Saved entries

++++++

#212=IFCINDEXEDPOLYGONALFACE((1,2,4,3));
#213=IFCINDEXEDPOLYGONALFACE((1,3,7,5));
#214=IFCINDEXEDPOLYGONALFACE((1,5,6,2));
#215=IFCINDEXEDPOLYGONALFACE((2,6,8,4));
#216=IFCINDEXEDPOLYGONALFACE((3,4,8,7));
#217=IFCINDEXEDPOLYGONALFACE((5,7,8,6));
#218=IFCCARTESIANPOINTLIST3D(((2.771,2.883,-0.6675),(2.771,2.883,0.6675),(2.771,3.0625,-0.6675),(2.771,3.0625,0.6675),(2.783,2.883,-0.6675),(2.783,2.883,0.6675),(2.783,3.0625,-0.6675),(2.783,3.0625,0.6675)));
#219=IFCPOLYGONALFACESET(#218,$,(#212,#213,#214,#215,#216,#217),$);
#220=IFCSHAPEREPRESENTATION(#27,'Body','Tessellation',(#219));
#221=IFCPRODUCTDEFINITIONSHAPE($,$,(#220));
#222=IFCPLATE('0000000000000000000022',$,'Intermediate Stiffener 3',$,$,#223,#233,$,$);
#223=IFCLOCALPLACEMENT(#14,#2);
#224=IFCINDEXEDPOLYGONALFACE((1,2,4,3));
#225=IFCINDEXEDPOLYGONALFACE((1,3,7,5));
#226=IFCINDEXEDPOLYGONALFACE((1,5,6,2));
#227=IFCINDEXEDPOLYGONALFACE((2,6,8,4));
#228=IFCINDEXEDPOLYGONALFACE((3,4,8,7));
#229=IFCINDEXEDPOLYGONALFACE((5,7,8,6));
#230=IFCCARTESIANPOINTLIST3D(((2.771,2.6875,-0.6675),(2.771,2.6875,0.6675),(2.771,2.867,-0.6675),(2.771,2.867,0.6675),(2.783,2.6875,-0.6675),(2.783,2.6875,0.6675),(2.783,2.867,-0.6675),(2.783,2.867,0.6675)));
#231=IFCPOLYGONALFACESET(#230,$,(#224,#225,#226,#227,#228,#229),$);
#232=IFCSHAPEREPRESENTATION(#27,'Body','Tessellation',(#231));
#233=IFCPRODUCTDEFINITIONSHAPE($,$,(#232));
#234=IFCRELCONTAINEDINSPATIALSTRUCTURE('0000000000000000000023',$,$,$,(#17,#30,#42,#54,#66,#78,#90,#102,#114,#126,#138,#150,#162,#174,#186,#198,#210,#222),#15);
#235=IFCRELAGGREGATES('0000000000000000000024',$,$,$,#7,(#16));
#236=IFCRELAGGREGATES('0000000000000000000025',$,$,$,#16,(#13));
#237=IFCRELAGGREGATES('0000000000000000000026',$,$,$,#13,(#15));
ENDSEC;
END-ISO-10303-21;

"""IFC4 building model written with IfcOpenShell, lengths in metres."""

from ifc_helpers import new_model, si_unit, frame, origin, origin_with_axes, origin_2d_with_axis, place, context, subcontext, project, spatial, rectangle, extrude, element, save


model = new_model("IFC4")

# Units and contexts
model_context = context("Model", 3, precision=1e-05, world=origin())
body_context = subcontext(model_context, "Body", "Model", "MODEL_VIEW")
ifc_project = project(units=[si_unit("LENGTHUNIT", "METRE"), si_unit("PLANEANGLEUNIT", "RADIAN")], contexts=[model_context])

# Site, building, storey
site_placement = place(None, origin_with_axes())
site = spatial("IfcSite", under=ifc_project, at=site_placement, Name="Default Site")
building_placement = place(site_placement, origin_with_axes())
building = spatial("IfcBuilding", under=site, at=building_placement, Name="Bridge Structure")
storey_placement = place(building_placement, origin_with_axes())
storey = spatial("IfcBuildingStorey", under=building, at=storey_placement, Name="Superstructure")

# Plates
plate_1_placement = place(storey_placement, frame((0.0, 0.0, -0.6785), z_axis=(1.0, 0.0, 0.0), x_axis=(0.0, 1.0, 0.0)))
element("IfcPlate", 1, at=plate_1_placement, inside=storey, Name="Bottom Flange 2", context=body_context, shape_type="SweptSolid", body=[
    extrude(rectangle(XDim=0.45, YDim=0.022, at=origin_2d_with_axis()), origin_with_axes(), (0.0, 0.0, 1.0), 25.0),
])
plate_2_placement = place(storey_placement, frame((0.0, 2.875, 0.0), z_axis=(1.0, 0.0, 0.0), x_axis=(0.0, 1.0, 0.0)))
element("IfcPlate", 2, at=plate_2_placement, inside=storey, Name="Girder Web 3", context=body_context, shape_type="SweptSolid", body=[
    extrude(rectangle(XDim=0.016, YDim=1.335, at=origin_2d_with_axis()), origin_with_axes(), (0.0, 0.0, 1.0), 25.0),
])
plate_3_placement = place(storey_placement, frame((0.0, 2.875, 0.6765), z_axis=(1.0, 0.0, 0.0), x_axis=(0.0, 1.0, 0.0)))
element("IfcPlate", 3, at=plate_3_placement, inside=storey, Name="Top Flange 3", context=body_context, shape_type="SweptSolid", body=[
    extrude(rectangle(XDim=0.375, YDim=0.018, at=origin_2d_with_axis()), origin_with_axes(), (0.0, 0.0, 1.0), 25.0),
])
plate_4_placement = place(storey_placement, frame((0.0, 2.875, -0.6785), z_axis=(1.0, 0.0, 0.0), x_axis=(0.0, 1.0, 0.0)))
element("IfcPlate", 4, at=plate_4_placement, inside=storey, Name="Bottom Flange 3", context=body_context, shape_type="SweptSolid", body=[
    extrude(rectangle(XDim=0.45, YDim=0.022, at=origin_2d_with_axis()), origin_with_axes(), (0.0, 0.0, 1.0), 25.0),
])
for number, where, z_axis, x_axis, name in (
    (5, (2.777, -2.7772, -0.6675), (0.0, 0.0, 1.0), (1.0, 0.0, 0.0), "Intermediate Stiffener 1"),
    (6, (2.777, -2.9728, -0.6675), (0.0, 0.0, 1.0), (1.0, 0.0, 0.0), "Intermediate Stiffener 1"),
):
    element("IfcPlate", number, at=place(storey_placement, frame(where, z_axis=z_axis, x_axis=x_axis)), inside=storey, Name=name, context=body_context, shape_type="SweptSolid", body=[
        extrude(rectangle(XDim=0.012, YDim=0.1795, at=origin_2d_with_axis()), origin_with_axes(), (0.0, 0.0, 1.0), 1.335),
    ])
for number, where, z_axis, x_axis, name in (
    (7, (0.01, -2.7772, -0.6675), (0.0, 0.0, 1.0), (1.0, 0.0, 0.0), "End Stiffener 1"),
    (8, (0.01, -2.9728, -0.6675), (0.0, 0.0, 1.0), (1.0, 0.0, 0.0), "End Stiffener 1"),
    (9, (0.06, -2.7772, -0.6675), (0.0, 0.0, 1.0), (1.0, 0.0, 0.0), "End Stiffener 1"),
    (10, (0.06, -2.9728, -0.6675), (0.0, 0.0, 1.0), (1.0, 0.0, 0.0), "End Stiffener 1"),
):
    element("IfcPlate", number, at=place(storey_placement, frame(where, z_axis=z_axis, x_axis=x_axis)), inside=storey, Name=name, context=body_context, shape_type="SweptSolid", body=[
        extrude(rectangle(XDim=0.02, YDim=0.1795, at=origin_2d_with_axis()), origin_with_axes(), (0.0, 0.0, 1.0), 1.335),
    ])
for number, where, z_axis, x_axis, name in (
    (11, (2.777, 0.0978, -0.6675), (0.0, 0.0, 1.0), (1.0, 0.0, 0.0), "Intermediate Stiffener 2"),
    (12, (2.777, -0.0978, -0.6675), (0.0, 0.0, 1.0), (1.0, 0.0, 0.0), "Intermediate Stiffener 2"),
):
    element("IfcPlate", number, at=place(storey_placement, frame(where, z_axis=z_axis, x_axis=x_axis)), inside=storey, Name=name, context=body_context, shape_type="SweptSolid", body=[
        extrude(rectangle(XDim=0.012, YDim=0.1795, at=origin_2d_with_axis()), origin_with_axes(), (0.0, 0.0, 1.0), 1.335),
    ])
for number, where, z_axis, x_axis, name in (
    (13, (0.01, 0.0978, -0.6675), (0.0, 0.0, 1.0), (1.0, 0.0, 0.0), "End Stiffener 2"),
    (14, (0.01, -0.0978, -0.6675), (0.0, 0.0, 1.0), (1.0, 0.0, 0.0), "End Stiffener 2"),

++++++

Among the entries above, which lines include "Bottom"? List them all.

Response for this exercise ->
element("IfcPlate", 1, at=plate_1_placement, inside=storey, Name="Bottom Flange 2", context=body_context, shape_type="SweptSolid", body=[
element("IfcPlate", 4, at=plate_4_placement, inside=storey, Name="Bottom Flange 3", context=body_context, shape_type="SweptSolid", body=[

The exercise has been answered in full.